# 15000 mile service? What is to be done?



## Digitalkid (Apr 15, 2008)

hi people.
great to come across this forum. Love the enthusiasm.
I have an Eos 2.0 T which is hitting 15000 miles. I got a mail from my dealer saying its up for the 15000 mile service. What exactly does the 15000 mile service consist of?
I got an oil change done at 14,500 so what else do they do on the 15K? I wanna make sure my car is in good condition but at the same time dont wanna get ripped off for nothing.
thanks much
Prat


----------



## ashbinder (Nov 27, 2006)

*Re: 15000 mile service? What is to be done? (Digitalkid)*

That info should be listed in your service manual - I can't remember off hand.


----------



## cb391 (Mar 12, 2006)

*Re: 15000 mile service? What is to be done? (Digitalkid)*

The 15,000 mile service is requested by the dealer. The owner's manual I have says 5k and 10k for the first two services and every 10k thereafter. You can do the every 5k if you feel that your car falls under severe driving conditions. If your dealer did the oil change and you want to do the 15k service the dealer wants, ask them if they can deduct the oil change from the price. The 15k service price should be close in price to your 10k service as they do most of the same things. If your dealer is like mine, they should have a list of what is done at each service point posted somewhere in the service department waiting area. The big thing to check between maintenance points is oil levels and tire wear. Also you can watch your brake rotors for usual wear.


----------



## ashbinder (Nov 27, 2006)

*Re: 15000 mile service? What is to be done? (cb391)*

Correct me if I'm wrong, but I thought the 10K interval after 10,000 KM was standard and for severe driving duty anyways.
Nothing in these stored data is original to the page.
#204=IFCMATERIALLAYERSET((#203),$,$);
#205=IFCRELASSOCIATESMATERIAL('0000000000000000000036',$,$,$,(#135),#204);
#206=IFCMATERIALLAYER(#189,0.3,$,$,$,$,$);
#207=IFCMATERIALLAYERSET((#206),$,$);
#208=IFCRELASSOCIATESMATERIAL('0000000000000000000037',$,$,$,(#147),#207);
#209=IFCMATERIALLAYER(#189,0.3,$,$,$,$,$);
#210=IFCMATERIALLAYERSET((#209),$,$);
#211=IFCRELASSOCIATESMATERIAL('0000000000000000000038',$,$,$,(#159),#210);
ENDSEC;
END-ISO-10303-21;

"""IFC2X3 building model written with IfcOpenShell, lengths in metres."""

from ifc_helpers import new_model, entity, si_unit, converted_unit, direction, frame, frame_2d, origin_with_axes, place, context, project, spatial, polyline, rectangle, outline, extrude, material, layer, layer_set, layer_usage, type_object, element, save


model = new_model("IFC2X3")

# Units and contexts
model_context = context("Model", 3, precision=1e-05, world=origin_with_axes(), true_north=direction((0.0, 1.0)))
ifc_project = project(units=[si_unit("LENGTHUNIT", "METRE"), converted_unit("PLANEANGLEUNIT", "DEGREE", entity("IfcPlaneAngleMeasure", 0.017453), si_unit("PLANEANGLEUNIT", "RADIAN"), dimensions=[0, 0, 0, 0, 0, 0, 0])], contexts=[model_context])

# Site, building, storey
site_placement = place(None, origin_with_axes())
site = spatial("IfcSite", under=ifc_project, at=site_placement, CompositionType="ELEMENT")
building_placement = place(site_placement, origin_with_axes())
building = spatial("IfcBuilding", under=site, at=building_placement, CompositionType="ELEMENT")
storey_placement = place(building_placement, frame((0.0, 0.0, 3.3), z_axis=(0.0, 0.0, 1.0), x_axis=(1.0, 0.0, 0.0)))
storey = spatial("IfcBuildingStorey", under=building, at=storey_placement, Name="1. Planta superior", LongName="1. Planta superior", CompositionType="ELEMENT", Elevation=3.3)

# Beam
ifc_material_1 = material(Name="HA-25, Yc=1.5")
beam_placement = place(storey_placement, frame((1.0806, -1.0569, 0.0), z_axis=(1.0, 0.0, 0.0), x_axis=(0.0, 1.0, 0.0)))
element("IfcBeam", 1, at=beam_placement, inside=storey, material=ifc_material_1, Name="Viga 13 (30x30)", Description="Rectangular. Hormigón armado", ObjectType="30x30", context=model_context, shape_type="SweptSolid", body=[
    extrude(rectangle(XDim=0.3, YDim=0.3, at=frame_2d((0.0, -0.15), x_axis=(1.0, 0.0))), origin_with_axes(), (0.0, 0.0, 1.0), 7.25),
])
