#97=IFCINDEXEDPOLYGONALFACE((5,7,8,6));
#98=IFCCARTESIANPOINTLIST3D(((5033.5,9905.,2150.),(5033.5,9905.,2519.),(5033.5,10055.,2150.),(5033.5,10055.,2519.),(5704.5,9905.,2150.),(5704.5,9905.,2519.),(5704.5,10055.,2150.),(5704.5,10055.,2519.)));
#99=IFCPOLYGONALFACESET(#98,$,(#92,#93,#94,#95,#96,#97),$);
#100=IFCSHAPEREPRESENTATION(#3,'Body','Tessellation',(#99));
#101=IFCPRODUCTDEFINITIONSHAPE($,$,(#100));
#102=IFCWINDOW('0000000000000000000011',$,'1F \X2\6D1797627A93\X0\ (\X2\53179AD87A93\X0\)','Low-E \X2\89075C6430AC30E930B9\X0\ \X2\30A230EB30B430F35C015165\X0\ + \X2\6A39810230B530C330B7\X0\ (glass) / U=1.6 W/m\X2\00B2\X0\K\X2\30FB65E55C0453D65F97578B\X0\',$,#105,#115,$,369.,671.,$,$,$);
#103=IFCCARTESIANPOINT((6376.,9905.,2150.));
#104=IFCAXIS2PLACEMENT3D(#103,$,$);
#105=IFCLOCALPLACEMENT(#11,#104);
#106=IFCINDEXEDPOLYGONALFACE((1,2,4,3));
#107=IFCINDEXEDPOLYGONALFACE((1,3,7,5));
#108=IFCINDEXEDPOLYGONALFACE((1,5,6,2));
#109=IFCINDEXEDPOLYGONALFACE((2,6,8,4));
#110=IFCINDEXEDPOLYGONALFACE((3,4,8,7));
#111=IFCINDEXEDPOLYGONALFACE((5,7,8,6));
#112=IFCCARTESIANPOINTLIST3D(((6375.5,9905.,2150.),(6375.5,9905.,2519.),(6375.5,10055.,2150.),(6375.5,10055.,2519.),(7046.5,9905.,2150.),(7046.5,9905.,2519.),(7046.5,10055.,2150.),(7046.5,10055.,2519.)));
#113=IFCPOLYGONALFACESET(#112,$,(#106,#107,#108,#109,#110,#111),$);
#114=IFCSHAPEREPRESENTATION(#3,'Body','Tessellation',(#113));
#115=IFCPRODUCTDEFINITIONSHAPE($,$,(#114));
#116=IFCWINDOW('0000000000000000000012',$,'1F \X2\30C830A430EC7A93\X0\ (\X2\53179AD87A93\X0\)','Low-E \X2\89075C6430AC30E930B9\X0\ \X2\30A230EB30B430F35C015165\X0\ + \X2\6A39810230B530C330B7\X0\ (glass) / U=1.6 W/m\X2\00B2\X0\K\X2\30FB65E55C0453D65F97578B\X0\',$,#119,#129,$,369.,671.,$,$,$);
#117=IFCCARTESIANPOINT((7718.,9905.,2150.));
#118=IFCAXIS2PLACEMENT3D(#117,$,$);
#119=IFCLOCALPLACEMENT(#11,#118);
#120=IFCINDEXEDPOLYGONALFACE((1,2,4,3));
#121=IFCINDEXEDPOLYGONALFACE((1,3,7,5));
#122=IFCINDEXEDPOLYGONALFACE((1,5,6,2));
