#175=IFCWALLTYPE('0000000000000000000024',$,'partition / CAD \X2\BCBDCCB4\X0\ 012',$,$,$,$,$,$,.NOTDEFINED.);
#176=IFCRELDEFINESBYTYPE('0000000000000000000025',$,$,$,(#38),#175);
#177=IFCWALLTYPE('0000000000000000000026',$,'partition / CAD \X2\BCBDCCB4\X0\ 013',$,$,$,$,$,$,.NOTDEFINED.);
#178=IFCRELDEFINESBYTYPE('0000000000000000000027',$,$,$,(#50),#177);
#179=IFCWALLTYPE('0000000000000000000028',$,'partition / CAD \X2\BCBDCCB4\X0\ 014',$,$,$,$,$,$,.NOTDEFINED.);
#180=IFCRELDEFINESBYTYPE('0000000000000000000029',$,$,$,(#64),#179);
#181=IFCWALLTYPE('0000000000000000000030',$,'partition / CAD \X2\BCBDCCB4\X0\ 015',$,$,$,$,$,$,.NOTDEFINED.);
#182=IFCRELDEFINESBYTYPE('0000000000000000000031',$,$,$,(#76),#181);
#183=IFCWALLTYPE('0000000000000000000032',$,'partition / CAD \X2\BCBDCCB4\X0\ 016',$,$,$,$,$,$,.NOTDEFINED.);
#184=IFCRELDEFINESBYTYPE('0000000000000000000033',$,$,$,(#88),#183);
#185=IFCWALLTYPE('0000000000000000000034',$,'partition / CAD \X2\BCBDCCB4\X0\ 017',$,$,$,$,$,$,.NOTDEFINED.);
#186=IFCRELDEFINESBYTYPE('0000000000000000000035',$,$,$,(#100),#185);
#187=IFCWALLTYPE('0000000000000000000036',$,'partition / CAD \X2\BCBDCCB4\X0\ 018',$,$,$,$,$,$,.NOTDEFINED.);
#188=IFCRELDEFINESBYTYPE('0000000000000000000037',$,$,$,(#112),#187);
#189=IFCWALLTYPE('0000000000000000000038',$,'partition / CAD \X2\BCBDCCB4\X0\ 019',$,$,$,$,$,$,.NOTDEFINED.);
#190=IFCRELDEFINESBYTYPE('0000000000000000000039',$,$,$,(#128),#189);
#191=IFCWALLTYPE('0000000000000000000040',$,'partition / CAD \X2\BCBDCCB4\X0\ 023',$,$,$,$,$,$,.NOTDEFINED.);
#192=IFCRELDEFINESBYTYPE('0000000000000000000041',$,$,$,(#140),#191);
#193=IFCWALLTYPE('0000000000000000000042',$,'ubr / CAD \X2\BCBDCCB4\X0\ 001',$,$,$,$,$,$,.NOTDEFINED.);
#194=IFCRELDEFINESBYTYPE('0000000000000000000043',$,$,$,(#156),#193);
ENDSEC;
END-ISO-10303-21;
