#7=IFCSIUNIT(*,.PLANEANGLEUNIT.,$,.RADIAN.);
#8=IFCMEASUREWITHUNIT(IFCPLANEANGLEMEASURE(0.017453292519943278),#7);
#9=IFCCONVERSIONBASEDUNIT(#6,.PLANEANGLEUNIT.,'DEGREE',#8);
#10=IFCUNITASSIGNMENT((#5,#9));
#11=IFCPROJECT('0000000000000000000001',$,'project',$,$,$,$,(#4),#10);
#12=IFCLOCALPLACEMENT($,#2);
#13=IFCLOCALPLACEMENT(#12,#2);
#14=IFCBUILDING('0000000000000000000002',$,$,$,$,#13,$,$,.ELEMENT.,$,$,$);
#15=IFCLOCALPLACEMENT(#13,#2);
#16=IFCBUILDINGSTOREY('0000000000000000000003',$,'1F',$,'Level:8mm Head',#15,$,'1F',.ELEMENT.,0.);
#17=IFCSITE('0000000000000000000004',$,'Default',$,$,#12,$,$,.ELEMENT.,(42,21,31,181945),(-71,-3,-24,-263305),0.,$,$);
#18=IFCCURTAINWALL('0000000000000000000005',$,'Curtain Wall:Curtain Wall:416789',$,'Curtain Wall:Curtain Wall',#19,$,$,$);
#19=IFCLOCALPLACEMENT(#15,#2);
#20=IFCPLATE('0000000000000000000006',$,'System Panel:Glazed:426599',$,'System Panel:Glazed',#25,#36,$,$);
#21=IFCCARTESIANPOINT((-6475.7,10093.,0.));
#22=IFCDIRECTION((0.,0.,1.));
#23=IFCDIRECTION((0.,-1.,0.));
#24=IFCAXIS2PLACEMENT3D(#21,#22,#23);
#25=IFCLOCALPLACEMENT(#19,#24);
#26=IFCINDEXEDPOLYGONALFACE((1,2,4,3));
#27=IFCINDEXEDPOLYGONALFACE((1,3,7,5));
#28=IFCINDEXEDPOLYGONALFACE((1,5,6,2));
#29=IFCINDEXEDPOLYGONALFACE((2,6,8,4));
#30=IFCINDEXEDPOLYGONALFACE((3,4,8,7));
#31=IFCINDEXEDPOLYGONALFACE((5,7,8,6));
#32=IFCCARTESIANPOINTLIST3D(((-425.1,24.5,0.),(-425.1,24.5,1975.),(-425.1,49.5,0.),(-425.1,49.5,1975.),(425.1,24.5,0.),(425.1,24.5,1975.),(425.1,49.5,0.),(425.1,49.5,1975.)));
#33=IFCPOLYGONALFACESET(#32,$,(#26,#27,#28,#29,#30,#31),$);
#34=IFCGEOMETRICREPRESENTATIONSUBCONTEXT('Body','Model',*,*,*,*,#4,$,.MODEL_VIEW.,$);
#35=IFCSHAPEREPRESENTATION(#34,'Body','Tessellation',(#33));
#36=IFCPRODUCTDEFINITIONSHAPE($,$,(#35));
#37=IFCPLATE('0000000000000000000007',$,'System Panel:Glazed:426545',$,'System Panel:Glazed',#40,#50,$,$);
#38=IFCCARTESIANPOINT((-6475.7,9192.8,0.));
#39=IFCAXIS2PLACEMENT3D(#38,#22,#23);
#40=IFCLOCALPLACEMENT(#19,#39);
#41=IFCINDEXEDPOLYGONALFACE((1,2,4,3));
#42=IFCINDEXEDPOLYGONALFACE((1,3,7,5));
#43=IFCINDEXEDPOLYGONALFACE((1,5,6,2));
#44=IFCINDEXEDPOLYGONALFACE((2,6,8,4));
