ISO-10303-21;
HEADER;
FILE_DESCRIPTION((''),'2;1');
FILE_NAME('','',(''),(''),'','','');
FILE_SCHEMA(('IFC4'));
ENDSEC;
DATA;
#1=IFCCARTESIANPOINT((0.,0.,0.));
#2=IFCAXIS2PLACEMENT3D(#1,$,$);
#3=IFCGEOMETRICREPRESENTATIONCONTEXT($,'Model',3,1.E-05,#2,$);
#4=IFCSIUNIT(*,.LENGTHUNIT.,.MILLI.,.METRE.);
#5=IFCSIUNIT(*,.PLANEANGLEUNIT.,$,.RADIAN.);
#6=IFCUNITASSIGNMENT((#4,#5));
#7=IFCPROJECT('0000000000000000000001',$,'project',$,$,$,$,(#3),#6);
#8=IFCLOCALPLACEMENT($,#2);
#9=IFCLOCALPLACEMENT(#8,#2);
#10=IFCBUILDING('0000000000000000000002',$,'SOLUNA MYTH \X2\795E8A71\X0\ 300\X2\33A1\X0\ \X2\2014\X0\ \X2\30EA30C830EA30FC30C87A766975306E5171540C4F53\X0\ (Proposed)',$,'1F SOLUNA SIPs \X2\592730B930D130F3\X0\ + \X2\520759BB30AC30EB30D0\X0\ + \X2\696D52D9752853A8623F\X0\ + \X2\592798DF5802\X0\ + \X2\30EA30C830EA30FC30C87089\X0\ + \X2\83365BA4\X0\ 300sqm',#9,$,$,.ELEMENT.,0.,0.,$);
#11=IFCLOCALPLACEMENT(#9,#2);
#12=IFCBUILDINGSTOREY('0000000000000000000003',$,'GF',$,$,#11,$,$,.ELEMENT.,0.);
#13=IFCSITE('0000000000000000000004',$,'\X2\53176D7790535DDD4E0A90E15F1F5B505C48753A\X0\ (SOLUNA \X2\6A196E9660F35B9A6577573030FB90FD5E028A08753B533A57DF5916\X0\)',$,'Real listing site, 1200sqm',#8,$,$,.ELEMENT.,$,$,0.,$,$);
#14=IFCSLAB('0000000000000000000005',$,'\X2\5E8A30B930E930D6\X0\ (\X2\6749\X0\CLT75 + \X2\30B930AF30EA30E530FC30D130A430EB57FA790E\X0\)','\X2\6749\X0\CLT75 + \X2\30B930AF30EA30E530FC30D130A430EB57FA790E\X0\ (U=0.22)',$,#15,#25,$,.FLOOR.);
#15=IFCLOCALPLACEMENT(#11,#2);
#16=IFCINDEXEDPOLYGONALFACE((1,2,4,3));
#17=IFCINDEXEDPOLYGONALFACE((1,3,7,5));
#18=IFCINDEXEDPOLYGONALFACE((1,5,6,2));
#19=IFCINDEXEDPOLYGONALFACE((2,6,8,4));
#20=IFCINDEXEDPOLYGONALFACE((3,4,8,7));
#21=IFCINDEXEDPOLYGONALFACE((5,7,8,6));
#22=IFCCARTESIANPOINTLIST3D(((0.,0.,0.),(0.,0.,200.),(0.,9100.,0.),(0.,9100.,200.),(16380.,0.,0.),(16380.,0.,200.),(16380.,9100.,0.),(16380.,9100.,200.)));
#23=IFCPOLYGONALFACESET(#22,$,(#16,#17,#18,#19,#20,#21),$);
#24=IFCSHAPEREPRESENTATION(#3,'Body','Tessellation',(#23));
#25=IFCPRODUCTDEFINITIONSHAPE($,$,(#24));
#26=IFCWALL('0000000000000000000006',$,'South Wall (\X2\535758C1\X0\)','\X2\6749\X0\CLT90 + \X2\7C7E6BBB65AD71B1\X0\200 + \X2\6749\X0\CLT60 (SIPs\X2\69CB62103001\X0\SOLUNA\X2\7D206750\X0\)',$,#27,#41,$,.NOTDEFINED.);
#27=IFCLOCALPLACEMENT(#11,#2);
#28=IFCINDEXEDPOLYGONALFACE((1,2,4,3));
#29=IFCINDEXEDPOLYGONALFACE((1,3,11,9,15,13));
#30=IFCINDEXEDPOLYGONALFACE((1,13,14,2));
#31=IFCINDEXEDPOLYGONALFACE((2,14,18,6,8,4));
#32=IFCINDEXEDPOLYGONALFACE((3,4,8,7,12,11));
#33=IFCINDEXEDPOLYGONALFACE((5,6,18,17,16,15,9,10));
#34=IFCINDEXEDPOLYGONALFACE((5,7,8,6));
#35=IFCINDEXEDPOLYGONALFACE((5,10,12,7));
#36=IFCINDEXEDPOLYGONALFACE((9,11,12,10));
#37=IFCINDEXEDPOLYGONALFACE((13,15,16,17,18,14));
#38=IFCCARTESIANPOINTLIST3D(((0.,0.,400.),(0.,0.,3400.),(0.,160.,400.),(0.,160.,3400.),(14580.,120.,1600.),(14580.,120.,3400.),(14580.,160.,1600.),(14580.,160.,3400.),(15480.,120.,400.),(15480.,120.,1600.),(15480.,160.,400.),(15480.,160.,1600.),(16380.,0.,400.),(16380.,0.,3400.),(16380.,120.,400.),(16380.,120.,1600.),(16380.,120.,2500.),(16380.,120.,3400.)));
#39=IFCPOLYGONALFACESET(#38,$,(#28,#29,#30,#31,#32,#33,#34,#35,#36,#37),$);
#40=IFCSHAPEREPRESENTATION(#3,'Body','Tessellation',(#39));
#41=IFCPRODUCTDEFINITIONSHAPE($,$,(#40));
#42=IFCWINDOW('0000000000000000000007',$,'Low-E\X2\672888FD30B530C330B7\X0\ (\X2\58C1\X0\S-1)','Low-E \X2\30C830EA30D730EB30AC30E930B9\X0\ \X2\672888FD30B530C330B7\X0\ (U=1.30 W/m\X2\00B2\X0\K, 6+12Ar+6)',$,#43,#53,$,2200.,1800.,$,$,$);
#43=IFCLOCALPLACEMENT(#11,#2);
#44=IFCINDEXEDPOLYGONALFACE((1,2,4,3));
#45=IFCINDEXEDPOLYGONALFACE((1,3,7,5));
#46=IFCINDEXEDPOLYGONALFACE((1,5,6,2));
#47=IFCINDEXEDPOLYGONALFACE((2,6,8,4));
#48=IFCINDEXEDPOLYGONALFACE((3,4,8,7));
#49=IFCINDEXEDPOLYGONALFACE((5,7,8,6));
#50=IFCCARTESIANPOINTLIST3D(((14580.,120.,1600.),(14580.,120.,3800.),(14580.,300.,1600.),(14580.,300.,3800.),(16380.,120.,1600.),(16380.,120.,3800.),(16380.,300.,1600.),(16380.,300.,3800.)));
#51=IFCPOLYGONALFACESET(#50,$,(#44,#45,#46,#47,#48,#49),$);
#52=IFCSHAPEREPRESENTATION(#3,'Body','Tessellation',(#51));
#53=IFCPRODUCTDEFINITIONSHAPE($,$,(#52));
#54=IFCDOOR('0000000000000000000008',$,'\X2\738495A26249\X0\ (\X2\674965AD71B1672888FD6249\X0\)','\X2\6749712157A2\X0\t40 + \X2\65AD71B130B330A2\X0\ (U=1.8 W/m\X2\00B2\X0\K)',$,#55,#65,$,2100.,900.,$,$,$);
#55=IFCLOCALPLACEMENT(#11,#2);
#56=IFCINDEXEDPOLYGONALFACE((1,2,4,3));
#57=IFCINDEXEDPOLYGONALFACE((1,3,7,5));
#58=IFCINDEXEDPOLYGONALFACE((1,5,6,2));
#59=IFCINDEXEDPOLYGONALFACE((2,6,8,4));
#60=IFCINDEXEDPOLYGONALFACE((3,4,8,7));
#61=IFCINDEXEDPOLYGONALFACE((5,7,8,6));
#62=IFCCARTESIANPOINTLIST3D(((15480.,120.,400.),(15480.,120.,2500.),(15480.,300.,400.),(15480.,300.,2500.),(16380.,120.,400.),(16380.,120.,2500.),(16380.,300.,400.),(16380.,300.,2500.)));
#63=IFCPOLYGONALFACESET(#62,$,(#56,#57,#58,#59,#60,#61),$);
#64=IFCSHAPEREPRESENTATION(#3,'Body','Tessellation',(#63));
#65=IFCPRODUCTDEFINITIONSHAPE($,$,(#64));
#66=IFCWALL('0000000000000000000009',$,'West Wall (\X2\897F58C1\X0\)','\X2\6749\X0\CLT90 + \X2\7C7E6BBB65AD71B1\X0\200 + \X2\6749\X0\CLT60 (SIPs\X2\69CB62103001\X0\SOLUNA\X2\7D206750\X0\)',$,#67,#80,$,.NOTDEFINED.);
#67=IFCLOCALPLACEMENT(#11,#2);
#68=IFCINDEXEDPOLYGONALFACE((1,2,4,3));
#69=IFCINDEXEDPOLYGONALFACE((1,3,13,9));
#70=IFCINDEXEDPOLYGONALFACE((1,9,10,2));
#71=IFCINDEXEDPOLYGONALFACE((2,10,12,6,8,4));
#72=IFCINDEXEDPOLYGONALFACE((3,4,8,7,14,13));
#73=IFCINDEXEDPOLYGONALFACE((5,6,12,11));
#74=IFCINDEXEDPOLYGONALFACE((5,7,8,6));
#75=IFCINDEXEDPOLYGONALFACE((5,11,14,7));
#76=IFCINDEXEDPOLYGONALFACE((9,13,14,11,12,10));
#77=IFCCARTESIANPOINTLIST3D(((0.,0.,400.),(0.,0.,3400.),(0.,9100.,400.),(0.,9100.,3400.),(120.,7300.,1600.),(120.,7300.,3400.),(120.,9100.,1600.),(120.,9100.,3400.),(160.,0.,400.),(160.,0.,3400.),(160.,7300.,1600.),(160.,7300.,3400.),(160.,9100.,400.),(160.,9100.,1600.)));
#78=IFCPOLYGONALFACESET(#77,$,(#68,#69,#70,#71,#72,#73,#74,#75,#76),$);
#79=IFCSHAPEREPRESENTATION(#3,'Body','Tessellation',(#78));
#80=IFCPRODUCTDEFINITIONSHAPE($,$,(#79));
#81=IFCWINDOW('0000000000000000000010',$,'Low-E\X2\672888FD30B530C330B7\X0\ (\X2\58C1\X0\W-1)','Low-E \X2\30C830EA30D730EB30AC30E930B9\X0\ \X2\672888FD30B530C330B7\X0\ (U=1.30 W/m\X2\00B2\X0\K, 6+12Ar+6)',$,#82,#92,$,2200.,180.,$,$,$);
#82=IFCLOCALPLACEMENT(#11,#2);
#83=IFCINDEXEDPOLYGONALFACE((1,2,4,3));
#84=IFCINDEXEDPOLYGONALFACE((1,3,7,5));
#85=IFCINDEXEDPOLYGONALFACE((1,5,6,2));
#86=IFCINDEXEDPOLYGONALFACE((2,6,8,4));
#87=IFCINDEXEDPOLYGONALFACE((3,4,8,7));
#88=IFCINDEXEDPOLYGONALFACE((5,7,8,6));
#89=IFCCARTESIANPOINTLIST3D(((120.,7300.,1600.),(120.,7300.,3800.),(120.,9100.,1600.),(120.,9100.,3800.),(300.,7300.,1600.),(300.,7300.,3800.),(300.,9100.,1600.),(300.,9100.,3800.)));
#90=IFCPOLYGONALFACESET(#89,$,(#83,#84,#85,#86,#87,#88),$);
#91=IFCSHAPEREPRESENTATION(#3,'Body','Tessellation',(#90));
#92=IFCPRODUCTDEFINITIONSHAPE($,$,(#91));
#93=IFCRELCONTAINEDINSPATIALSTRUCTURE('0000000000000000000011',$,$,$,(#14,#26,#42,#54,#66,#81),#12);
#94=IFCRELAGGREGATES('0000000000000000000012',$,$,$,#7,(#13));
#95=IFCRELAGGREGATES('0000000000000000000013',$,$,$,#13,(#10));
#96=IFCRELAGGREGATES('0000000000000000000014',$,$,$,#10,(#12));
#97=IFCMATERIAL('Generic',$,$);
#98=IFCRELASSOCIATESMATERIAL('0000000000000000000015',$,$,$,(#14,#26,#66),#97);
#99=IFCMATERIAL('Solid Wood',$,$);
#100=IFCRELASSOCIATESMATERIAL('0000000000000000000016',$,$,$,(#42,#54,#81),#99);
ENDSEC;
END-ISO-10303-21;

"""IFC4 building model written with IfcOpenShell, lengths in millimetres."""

from ifc_helpers import new_model, si_unit, frame, frame_2d, origin, place, context, project, spatial, rectangle, extrude, material, element, fill, save


model = new_model("IFC4")

# Units and contexts
model_context = context("Model", 3, precision=1e-05, world=origin())
ifc_project = project(units=[si_unit("LENGTHUNIT", "METRE", prefix="MILLI"), si_unit("PLANEANGLEUNIT", "RADIAN")], contexts=[model_context])

# Site, building, storey
site_placement = place(None, origin())
site = spatial("IfcSite", under=ifc_project, at=site_placement, Name="北海道川上郡弟子屈町 (SOLUNA 標準想定敷地・都市計画区域外)", ObjectType="Real listing site, 1200sqm", CompositionType="ELEMENT", RefElevation=0.0)
building_placement = place(site_placement, origin())
building = spatial("IfcBuilding", under=site, at=building_placement, Name="SOLUNA MYTH 神話 300㎡ — リトリート究極の共同体 (Proposed)", ObjectType="1F SOLUNA SIPs 大スパン + 切妻ガルバ + 業務用厨房 + 大食堂 + リトリート炉 + 茶室 300sqm", CompositionType="ELEMENT", ElevationOfRefHeight=0.0, ElevationOfTerrain=0.0)
storey_placement = place(building_placement, origin())
storey = spatial("IfcBuildingStorey", under=building, at=storey_placement, Name="GF", CompositionType="ELEMENT", Elevation=0.0)

# Slab
ifc_material_1 = material(Name="Generic")
slab_placement = place(storey_placement, origin())
element("IfcSlab", 1, at=slab_placement, inside=storey, material=ifc_material_1, Name="床スラブ (杉CLT75 + スクリューパイル基礎)", Description="杉CLT75 + スクリューパイル基礎 (U=0.22)", PredefinedType="FLOOR", context=model_context, shape_type="SweptSolid", body=[
    extrude(rectangle(XDim=16380.0, YDim=9100.0, at=frame_2d((8190.0, 4550.0))), origin(), (0.0, 0.0, 1.0), 200.0),
])

# Wall, openings, window, door
wall_1_placement = place(storey_placement, frame((0.0, 0.0, 200.0)))
wall_1 = element("IfcWall", 2, at=wall_1_placement, inside=storey, material=ifc_material_1, Name="South Wall (南壁)", Description="杉CLT90 + 籾殻断熱200 + 杉CLT60 (SIPs構成、SOLUNA素材)", PredefinedType="NOTDEFINED", context=model_context, shape_type="SweptSolid", body=[
    extrude(rectangle(XDim=16380.0, YDim=160.0, at=frame_2d((8190.0, 80.0))), frame((0.0, 0.0, 200.0)), (0.0, 0.0, 1.0), 3000.0),
])
opening_1_placement = place(storey_placement, frame((7290.0, 60.0, 800.0)))
opening_1 = element("IfcOpeningElement", 3, at=opening_1_placement, cuts=wall_1, PredefinedType="NOTDEFINED", context=model_context, shape_type="SweptSolid", body=[
    extrude(rectangle(XDim=1800.0, YDim=180.0, at=frame_2d((900.0, 90.0))), frame((7290.0, 60.0, 800.0)), (0.0, 0.0, 1.0), 2200.0),
])
opening_2_placement = place(storey_placement, frame((7740.0, 60.0, 200.0)))
opening_2 = element("IfcOpeningElement", 4, at=opening_2_placement, cuts=wall_1, PredefinedType="NOTDEFINED", context=model_context, shape_type="SweptSolid", body=[
    extrude(rectangle(XDim=900.0, YDim=180.0, at=frame_2d((450.0, 90.0))), frame((7740.0, 60.0, 200.0)), (0.0, 0.0, 1.0), 2100.0),
])
ifc_material_2 = material(Name="Solid Wood")
window_1_placement = place(storey_placement, frame((7290.0, 60.0, 800.0)))
window_1 = element("IfcWindow", 5, at=window_1_placement, inside=storey, material=ifc_material_2, Name="Low-E木製サッシ (壁S-1)", Description="Low-E トリプルガラス 木製サッシ (U=1.30 W/m²K, 6+12Ar+6)", OverallHeight=2200.0, OverallWidth=1800.0, context=model_context, shape_type="SweptSolid", body=[
    extrude(rectangle(XDim=1800.0, YDim=180.0, at=frame_2d((900.0, 90.0))), frame((7290.0, 60.0, 800.0)), (0.0, 0.0, 1.0), 2200.0),
])
fill(opening_1, window_1)
door_placement = place(storey_placement, frame((7740.0, 60.0, 200.0)))
door = element("IfcDoor", 6, at=door_placement, inside=storey, material=ifc_material_2, Name="玄関扉 (杉断熱木製扉)", Description="杉無垢t40 + 断熱コア (U=1.8 W/m²K)", OverallHeight=2100.0, OverallWidth=900.0, context=model_context, shape_type="SweptSolid", body=[
    extrude(rectangle(XDim=900.0, YDim=180.0, at=frame_2d((450.0, 90.0))), frame((7740.0, 60.0, 200.0)), (0.0, 0.0, 1.0), 2100.0),
])
fill(opening_2, door)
I thought the 5K interval was a dealer thing, trying to pull in more business. 
I know the oil change debate has been done before here, with comments ranging from "I follow the service manual interval" to "10K is too long, doing it every 5K is cheap insurance". 
To me, beyond the oil changes, none of the other stuff needs to be checked that often. I don't drive me Eos enough to have it serviced more than once a year, anyways.


----------



## cb391 (Mar 12, 2006)

*Re: 15000 mile service? What is to be done? (ashbinder)*

Actually outside the US VW recommends is 8km, 16km and every 16km thereafter (US is 5,000 miles, 10,000 miles and every 10,000 miles thereafter). In my owner's booklets it says to change oil more often if you do a lot of short distance driving, drive a lot of stop and go, drive in dusty conditions or drive a lot at subfreezing temps. I would guess they refer to this as severe conditions. The 15,000 mile service is one to make the dealer money and serves to help the owner if the owner of the car is less than diligent with maintenance. There are those out there who only put gas in their cars and drive and only take the car in for service when the car dies.


----------



## Digitalkid (Apr 15, 2008)

thanks guys.
Like I said, I did a oil change very recently so I'll hold off on the 15K miles. I'll get the brake rotors checked by the way.
thanks


----------



## Small5 (Jan 19, 2007)

My 15K mi service notification has appeared (400 mi to go as of now). I called the dealership and they said that all they do is an oil change at the price of $60.00 US.
I'm assuming that I could go else where to get it done cheaper. I have a Mr. Good Lube right down the street from my office. 
If I go there, will that void some sort of warranty? Will I still have to go back to the dealership to have the service notification turned off? And if I do go to the local shop, what's the oil I should tell them to use (my manual's in the car, it's raining out and i'm feeling quite lazy on a monday).
Thanks!


----------



## cb391 (Mar 12, 2006)

*Re: (Small5)*

The only way they can void warranty is if they put in the wrong oil or filter or don't get the oil drain sealed up. The oil must meet VW standard 502.00. My dealer uses Castrol Syntec 5W40. Even if the oil change place does it, I don't think they will be all that much cheaper. The oil generally is 5-6 bucks a quart and you need almost 5quarts. My Dealer has 15k mile service as well, but costs as much as the the 10k service ($150). You can also turn off the light yourself. The directions are in the owner's manual and takes less than 30 seconds to do.


----------



## MarkAlan (Jun 23, 2006)

*Re: (cb391)*

If the Eos computer works like the 2006 Passat, your 15K service is showing up because the dealer didn't reset the service interval at the 10K service. 
The computer is set out of the factory at 5K intervals and the dealer is supposed to update this to 10K at the 10K service.


----------



## kghia (Nov 16, 2006)

*Re: (MarkAlan)*


_Quote, originally posted by *MarkAlan* »_If the Eos computer works like the 2006 Passat, your 15K service is showing up because the dealer didn't reset the service interval at the 10K service. 
The computer is set out of the factory at 5K intervals and the dealer is supposed to update this to 10K at the 10K service.

This is what needed to be done-- in fact, for the Eos Maintenance schedule, they are supposed to update the interval.
My dealer forgot, and I had them update it. First they said "it needs a 15k service" then looked at their chart and said "oh wait, that's the XYZ (some other model)"
The dealer might still recommend extra maintenance-- I guess it depends on how rough you treat it.
I let mine rotate my tires at the 5k checkup too, but no improper wear was found, so I guess it _was overkill_.
William


----------